Garcia explains that the time frame limits the ability of many managed-care providers and others to file competitive bids. Garcia states, “Members [of the MAHP] wanted a ‘level playing field,’ but bids have to be submitted in 75 days. “There is not [enough] time for new or small systems to respond.”
Moreover, Ellstein adds, “There is not enough time for many health care providers, including special care providers, to put together [the kind of] network required by the RFP.”
Some also are concerned that the state may not have enough time to carefully evaluate the proposals and carefully choose providers that will best meet the needs of Medicaid recipients: The state has only approximately two months from when the bids are received until it must announce the award recommendations.
A Bumpy Transition?
Another concern of the health care community is the quality of care that Medicaid recipients will receive during the transition from a fee-for-service program to one of managed care. “I don’t want to see the Medicaid program lose its momentum during this transition,” says Mark Bertler, executive director of the Michigan Association of Local Public Health. “This is a pragmatic shift by the state. . . it will be interesting to see how the state measures the quality of services offered by providers to beneficiaries of this new system.”

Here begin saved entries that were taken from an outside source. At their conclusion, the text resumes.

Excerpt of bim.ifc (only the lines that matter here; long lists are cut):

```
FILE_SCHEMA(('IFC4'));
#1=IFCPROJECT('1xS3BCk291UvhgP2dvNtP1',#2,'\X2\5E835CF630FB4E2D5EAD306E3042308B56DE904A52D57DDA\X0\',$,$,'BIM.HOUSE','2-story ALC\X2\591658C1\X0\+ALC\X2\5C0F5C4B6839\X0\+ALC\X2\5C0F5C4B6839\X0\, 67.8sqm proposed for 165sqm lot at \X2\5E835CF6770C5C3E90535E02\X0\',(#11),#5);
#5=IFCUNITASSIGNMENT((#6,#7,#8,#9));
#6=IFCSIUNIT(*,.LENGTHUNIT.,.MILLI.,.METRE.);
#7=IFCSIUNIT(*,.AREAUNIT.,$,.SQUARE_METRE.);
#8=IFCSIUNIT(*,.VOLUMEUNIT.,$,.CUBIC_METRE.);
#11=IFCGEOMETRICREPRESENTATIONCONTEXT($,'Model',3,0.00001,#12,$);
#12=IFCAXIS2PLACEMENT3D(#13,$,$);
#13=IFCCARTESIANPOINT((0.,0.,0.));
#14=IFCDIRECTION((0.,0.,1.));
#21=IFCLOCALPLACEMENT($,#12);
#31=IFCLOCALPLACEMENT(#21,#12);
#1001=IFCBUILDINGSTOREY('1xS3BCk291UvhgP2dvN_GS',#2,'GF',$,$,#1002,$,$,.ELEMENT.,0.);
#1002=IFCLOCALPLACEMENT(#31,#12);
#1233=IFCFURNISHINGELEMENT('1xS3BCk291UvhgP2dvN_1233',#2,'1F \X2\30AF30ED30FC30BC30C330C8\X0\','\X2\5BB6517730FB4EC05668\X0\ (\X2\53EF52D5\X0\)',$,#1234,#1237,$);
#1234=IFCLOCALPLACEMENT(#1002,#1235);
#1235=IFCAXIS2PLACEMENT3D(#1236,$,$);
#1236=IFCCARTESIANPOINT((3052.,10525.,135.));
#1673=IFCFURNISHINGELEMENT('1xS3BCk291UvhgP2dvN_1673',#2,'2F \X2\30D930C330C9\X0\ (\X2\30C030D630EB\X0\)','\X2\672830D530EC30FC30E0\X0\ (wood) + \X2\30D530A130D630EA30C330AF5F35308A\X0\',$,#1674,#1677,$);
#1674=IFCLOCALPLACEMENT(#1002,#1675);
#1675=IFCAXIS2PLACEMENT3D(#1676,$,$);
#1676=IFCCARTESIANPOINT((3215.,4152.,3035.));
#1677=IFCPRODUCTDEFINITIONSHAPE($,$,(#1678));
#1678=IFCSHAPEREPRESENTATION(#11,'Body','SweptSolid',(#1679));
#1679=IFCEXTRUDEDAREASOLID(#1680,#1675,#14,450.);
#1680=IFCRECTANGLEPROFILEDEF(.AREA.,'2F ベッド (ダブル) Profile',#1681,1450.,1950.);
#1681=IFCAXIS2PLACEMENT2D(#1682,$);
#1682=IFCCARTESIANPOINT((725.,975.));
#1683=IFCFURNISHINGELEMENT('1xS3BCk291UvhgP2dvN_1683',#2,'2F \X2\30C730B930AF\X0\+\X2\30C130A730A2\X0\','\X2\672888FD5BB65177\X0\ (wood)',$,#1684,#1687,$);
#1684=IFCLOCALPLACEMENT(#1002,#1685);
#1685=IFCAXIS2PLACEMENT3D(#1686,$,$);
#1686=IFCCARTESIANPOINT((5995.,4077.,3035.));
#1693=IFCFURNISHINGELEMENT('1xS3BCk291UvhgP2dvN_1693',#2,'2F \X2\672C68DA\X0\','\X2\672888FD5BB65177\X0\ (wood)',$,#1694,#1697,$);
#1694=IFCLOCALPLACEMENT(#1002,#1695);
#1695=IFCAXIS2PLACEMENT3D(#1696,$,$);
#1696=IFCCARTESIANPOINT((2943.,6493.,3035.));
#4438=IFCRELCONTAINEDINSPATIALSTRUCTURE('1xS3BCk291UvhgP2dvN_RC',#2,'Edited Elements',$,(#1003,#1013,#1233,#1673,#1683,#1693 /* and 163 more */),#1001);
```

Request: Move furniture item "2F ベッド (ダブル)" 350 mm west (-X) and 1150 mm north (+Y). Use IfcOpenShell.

```python
import ifcopenshell
import ifcopenshell.api.geometry
import ifcopenshell.util.placement
import ifcopenshell.util.unit

model = ifcopenshell.open("bim.ifc")
unit_scale = ifcopenshell.util.unit.calculate_unit_scale(model)

item = model.by_id(1673)
matrix = ifcopenshell.util.placement.get_local_placement(item.ObjectPlacement)
matrix[0, 3] -= 0.35 / unit_scale
matrix[1, 3] += 1.15 / unit_scale
ifcopenshell.api.geometry.edit_object_placement(model, product=item, matrix=matrix, is_si=False)

print(ifcopenshell.util.placement.get_local_placement(item.ObjectPlacement).round(3) + 0.0)

model.write("bim_updated.ifc")
```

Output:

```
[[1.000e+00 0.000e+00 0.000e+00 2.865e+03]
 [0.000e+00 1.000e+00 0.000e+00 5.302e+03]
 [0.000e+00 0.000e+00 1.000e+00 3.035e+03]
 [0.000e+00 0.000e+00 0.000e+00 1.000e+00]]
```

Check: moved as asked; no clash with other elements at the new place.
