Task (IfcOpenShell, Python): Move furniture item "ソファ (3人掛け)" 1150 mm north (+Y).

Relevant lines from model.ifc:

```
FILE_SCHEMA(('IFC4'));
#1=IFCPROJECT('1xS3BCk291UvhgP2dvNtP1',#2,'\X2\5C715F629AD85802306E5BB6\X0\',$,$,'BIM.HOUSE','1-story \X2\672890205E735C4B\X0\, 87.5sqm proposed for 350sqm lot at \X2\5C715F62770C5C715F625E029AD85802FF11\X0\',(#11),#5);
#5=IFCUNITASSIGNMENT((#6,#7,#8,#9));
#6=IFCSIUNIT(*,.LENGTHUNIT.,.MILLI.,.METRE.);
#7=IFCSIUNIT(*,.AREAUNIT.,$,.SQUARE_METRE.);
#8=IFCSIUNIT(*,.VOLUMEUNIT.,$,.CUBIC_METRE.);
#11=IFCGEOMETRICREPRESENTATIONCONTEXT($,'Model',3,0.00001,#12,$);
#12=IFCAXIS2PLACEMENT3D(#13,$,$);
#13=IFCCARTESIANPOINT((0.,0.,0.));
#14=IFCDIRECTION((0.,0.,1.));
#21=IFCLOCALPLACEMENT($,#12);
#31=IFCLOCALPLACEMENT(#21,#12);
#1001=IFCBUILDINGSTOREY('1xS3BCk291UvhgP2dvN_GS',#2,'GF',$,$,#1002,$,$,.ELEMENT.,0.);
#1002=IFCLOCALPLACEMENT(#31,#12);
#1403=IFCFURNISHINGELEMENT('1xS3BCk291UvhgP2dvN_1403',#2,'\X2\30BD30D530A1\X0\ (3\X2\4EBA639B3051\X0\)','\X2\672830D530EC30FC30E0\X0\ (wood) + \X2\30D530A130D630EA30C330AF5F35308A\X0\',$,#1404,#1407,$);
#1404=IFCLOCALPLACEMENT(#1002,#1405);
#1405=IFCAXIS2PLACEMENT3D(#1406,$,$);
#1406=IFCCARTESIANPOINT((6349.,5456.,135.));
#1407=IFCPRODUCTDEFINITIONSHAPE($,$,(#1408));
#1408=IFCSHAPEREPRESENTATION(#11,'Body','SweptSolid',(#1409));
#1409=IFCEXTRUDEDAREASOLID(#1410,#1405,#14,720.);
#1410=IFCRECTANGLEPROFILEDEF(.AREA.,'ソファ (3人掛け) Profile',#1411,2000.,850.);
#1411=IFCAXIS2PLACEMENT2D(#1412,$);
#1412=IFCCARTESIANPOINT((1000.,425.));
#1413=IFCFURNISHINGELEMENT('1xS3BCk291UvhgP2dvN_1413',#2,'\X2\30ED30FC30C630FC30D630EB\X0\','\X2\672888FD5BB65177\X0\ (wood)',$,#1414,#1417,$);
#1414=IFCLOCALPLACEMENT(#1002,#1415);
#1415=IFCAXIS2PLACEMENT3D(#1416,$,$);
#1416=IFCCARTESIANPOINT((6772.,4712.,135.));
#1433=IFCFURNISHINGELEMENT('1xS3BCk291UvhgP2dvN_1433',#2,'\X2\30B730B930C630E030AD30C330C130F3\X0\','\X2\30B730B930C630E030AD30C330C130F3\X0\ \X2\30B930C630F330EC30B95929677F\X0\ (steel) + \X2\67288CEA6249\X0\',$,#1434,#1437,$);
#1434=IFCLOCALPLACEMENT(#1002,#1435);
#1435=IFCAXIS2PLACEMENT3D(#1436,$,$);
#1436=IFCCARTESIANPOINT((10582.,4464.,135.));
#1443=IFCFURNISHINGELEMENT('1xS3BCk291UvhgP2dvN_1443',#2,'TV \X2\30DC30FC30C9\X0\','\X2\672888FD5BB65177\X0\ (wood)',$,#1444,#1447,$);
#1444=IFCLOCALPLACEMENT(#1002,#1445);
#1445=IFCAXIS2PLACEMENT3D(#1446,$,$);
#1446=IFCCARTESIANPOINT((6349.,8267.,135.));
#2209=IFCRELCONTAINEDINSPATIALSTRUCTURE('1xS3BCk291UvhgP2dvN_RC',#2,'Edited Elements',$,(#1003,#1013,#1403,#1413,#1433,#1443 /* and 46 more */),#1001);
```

```python
import ifcopenshell
import ifcopenshell.api.geometry
import ifcopenshell.util.placement
import ifcopenshell.util.unit

model = ifcopenshell.open("model.ifc")
unit_scale = ifcopenshell.util.unit.calculate_unit_scale(model)

item = model.by_guid("1xS3BCk291UvhgP2dvN_1403")
matrix = ifcopenshell.util.placement.get_local_placement(item.ObjectPlacement)
matrix[1, 3] += 1.15 / unit_scale
ifcopenshell.api.geometry.edit_object_placement(model, product=item, matrix=matrix, is_si=False)

print(ifcopenshell.util.placement.get_local_placement(item.ObjectPlacement).round(3) + 0.0)

model.write("model_rev.ifc")
```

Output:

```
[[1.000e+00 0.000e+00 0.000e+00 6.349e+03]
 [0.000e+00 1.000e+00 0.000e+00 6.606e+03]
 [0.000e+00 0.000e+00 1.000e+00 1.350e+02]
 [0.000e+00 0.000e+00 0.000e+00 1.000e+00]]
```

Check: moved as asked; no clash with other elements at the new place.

Bertler worries also about the possibility of changes in Medicaid patients’ access to care. As an example, he suggests that “Managed-care organizations might not be used to going into new moms’ homes to provide child care. They will have to work out these issues.” Shearer mentions transportation, pointing out that many Medicaid recipients go to the physician nearest them; if the doctor is not part of a plan that received a contract from the state, the recipient may have to travel farther in order to see someone who is.
Bertler notes that on the government level, public health officials also are concerned about how the new system will affect them. “Public health officials are interested in government’s role in moving Medicaid to a managed-care system. Will they be agents of managed-care organizations? Will they be watchdogs or patient ombudsmen?”
It’s Not All Bad News
Despite the uncertainty and concern expressed by some members of the health care community, many agree that some good has come from the RFP. As Garcia points out, the RFP signals the progressiveness of the state in moving to the managed-care forefront. She believes that the result is that health-care systems will experience more competition, and she hopes this will lead to savings that can be reinvested in the system.

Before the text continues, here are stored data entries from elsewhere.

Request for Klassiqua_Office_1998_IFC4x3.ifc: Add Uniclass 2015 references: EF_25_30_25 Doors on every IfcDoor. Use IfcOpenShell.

First a look at what the model holds.

```python
import ifcopenshell

model = ifcopenshell.open("Klassiqua_Office_1998_IFC4x3.ifc")
print(model.schema)
print("classifications:", [c.Name for c in model.by_type("IfcClassification")])
for ifc_class in ("IfcDoor", "IfcRoof", "IfcStair", "IfcWall", "IfcWindow"):
    print(ifc_class, len(model.by_type(ifc_class)))
```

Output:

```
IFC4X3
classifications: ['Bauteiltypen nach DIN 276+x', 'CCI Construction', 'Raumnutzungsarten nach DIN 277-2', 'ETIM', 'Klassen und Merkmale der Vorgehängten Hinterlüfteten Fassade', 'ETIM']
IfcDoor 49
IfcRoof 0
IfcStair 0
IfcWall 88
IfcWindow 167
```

```python
import ifcopenshell
import ifcopenshell.api.classification

model = ifcopenshell.open("Klassiqua_Office_1998_IFC4x3.ifc")

system = ifcopenshell.api.classification.add_classification(model, classification="Uniclass 2015")

codes = {
    "IfcDoor": ("EF_25_30_25", "Doors"),
}
for ifc_class, (code, name) in codes.items():
    products = model.by_type(ifc_class)
    ifcopenshell.api.classification.add_reference(
        model, products=products, classification=system, identification=code, name=name
    )
    print(code, len(products))

model.write("Klassiqua_Office_1998_IFC4x3_updated.ifc")
```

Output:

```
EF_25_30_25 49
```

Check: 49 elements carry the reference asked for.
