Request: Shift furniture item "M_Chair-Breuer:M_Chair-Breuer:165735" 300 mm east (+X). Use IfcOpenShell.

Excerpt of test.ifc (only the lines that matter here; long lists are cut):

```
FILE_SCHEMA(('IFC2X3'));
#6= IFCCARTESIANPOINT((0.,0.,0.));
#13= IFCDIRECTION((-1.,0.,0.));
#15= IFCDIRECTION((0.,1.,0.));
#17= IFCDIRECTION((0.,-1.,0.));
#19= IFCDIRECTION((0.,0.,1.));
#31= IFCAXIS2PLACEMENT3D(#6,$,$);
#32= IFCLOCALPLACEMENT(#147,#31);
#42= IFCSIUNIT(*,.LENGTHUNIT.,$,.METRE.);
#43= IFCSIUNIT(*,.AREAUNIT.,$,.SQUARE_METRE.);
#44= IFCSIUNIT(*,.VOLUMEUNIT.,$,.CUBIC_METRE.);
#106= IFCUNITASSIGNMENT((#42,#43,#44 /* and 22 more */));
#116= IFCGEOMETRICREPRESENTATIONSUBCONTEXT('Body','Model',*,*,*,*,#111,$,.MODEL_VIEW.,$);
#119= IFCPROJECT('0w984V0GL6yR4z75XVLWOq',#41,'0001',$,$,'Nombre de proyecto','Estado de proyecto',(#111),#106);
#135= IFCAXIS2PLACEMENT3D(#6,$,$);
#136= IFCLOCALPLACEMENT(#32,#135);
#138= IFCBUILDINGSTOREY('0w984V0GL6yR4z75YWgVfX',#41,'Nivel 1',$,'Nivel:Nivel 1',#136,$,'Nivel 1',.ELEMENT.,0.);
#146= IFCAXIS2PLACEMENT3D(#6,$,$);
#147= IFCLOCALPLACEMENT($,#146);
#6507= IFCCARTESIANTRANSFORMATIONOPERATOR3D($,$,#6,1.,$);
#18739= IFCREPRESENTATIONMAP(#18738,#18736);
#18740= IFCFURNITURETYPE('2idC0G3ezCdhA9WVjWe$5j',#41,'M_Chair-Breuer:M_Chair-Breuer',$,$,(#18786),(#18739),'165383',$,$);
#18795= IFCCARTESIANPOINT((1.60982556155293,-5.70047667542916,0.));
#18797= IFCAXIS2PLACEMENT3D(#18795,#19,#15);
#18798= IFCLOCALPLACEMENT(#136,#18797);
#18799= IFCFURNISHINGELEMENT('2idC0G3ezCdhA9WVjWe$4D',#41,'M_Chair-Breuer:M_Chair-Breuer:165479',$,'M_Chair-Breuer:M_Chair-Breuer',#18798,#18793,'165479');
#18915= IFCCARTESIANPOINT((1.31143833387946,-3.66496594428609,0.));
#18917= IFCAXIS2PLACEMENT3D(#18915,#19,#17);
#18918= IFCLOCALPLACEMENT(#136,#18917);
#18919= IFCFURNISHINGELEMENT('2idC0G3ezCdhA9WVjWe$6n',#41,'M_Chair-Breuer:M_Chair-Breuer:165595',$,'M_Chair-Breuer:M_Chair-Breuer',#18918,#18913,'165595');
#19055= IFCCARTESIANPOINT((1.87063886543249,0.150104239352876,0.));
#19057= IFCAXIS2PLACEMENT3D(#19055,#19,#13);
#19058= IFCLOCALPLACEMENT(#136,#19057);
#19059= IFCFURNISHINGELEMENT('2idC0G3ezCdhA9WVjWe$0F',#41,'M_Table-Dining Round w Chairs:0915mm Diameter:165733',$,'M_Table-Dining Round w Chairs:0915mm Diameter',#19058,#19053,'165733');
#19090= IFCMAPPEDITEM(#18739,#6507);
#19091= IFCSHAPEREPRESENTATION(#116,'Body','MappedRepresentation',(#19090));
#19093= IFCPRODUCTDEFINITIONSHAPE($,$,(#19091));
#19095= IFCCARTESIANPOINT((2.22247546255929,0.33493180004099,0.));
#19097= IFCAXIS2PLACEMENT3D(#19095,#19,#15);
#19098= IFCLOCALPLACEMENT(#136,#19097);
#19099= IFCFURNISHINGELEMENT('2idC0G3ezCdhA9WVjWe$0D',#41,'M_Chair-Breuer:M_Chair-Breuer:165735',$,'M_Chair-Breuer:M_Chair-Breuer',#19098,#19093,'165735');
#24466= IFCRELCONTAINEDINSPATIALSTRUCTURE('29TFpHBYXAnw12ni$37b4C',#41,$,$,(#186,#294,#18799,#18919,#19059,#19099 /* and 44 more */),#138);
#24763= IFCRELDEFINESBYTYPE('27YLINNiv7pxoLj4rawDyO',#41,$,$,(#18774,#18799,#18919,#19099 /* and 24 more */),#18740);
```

```python
import ifcopenshell
import ifcopenshell.api.geometry
import ifcopenshell.util.placement
import ifcopenshell.util.unit

model = ifcopenshell.open("test.ifc")
unit_scale = ifcopenshell.util.unit.calculate_unit_scale(model)

item = model.by_id(19099)
matrix = ifcopenshell.util.placement.get_local_placement(item.ObjectPlacement)
matrix[0, 3] += 0.3 / unit_scale
ifcopenshell.api.geometry.edit_object_placement(model, product=item, matrix=matrix, is_si=False)

print(ifcopenshell.util.placement.get_local_placement(item.ObjectPlacement).round(3) + 0.0)

model.write("test_rev.ifc")
```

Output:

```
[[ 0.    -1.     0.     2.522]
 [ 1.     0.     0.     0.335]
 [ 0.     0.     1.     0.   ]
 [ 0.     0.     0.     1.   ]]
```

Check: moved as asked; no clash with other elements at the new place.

Ellstein adds, “The state is focusing more on primary care and accountability. The plan is to make the [health care] system reach out to people, instead of making people come to the system.”
Providers agree that the RFP has brought the health care community together to talk about issues as never before. Bertler noted that the RFP has generated a good deal of discussion, and he expresses his pleasure with seeing the MDCH “encourage collaboration and make sure that managed-care providers pay better attention to the needs of the community.”